Après sa relabellisation le 29 mai dernier, Plasticampus continue de plancher sur son avenir, alors que le plan de financement “Programme d’Investissements d’Avenir” arrivera à son terme fin 2027. « On a un budget de quatre millions d’euros qui va être réduit. Il s’agit de chercher d’autres appels à projets, afin de développer un vrai campus, au sens américain du terme », présente le président, Joël Viry. Pour ce faire, une des priorités sur la table est la carte des formations. « On a peu ou prou les mêmes formations qu’il y a 15 ans. Il faut qu’on travaille à en développer de nouvelles, surtout sur l’intelligence artificielle et l’automatisation », projette l’industriel.
180 étudiants pour 23 000 habitants
La directrice opérationnelle souhaite, quant à elle, développer la coloration des formations : « On avait tenté de colorer le BTS Plasturgie avec de l’administratif, mais ça n’a pas vraiment marché. Récemment, j’ai été contactée par un lycée en Occitanie pour colorer le BTS avec de l’aéronautique. Ces cursus spécifiques pourraient permettre de mieux répondre aux besoins des entreprises ». Et aussi d’attirer des étudiants, car Oyonnax, en tant que deuxième ville de l’Ain, souffre d’un déficit de jeunes inscrits par rapport à des villes de même taille. « On a 180 étudiants pour 23 000 habitants à Oyonnax. À Lons-le-Saunier, c’est 800 étudiants pour 17 000 habitants. Les jeunes qui partent faire leurs études à Lyon ou ailleurs, ils ne reviennent pas », constate Joël Viry.

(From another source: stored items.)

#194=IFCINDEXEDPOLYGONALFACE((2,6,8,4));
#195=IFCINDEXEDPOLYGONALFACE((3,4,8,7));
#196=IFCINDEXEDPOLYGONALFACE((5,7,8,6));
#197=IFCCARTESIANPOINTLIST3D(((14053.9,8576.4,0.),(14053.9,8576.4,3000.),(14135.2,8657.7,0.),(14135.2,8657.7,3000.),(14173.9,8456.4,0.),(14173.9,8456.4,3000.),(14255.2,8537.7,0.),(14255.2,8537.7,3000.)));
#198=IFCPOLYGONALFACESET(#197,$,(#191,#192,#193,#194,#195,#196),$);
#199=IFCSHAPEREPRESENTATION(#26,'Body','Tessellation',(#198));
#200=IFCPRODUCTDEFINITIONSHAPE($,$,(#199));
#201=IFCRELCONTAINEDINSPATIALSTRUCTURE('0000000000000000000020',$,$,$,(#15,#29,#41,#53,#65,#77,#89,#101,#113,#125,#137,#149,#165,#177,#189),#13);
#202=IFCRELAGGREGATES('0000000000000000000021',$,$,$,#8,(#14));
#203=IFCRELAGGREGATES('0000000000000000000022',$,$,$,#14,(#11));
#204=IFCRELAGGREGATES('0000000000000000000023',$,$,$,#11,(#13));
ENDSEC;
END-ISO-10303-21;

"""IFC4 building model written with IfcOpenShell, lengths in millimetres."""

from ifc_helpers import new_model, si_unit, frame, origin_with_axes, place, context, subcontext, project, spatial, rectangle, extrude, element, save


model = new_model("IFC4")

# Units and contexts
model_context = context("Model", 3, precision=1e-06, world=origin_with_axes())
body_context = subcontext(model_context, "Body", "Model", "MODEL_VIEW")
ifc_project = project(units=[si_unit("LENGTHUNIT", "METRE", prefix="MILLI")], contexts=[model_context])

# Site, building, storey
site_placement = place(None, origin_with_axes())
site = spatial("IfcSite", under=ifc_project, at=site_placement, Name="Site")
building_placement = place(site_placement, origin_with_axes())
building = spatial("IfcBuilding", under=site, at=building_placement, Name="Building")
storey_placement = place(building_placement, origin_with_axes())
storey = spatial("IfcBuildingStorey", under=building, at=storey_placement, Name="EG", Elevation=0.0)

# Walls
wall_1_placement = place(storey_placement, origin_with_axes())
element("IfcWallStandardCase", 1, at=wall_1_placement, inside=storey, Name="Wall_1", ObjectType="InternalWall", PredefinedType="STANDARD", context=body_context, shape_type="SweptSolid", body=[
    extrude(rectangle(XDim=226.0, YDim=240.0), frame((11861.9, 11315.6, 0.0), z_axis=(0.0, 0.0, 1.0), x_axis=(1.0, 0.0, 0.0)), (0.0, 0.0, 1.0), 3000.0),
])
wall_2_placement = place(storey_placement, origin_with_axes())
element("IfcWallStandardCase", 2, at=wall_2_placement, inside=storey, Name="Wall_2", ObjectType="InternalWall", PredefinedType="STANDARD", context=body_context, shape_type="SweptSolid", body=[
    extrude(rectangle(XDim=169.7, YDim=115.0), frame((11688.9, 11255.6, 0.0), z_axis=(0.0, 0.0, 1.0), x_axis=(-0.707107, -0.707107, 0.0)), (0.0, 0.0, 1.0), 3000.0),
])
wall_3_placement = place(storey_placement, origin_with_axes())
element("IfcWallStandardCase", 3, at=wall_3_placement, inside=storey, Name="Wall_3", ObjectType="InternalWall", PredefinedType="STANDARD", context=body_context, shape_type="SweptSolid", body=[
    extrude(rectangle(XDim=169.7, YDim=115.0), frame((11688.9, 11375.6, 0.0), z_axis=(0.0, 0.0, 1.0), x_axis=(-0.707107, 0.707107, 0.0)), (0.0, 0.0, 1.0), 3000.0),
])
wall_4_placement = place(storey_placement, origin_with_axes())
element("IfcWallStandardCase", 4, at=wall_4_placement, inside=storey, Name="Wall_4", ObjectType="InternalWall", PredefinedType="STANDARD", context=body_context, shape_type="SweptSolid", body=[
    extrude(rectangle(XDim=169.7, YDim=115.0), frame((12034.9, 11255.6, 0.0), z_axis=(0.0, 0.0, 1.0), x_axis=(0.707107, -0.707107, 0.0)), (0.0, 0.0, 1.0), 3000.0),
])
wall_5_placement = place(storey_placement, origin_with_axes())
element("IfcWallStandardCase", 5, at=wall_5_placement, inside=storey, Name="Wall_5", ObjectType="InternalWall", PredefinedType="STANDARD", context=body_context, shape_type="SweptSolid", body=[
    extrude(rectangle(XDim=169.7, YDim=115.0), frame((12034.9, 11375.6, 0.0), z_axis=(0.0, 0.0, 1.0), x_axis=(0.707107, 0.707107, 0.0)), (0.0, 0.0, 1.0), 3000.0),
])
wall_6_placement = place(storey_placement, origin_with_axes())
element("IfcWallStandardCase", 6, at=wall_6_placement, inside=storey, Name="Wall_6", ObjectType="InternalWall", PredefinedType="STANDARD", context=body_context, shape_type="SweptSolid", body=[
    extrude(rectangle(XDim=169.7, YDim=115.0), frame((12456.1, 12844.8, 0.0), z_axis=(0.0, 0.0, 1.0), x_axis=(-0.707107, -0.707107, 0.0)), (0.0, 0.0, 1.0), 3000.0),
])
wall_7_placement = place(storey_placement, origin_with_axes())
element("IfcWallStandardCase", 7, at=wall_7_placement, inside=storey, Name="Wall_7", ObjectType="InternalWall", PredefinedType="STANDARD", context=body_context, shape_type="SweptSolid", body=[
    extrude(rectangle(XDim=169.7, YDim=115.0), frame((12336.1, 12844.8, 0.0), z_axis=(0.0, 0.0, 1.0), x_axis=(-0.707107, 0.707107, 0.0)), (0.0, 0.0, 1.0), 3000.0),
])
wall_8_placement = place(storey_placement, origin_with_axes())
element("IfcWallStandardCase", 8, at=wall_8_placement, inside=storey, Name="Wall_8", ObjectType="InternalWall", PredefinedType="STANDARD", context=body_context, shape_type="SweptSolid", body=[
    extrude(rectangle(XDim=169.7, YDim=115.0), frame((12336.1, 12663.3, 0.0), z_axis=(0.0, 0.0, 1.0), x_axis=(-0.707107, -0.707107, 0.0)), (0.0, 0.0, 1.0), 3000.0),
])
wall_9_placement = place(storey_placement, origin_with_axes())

Des stages de troisième dans plusieurs entreprises
C’est pourquoi l’industriel parle d’un « projet de survie pour le territoire », qui devra attirer des jeunes de Nantua, Hauteville ou Saint-Claude. Pour intéresser ces jeunes, un nouveau dispositif de stage de troisième est imaginé par l’association, après une requête de la sous-préfète, Karine Garcin-Escobar. « Les stages de troisième d’aujourd’hui, c’est une catastrophe. On prend le gamin d’un salarié et on le met dans un coin », regrette le président. « Au lieu que les jeunes galèrent à trouver un stage sur 15 jours dans la même entreprise, on pourra organiser des visites dans plusieurs entreprises, sur plusieurs filières, pour que la découverte soit réelle. On pourra également proposer des solutions de logement pour les jeunes qui viendraient de loin », explique Cemile Poyraz. En parallèle, les initiations au Fab Lab seront renforcées, avec 50 000 euros de matériel supplémentaire, dont plusieurs imprimantes 3D dernier cri.
Une reconnaissance du ministère et du rectorat
En France, l’accompagnement du lycée professionnel Germaine Tillion, à Thiers (Puy-de-Dôme), sera accentué. À l’étranger, les partenariats internationaux continueront d’être développés, en Italie, en Grèce, au Cameroun, en Turquie, en Tunisie, en Indonésie, et dans le cadre des programmes Erasmus+. Un laboratoire de recherche et un incubateur de start-up seront également pensés pour faire de la plasturgie une filière innovante. « Une étape a été franchie, avec la reconnaissance du ministre de l’Industrie, et celle du rectorat », promet Joël Viry. À présent, les financements sont recherchés dans le cadre de France 2030 et une mobilisation de tous les acteurs sera nécessaire. « Il faudra fédérer les communes, les communautés de communes et la Région, on ne pourra pas faire tout seul », conclut le président.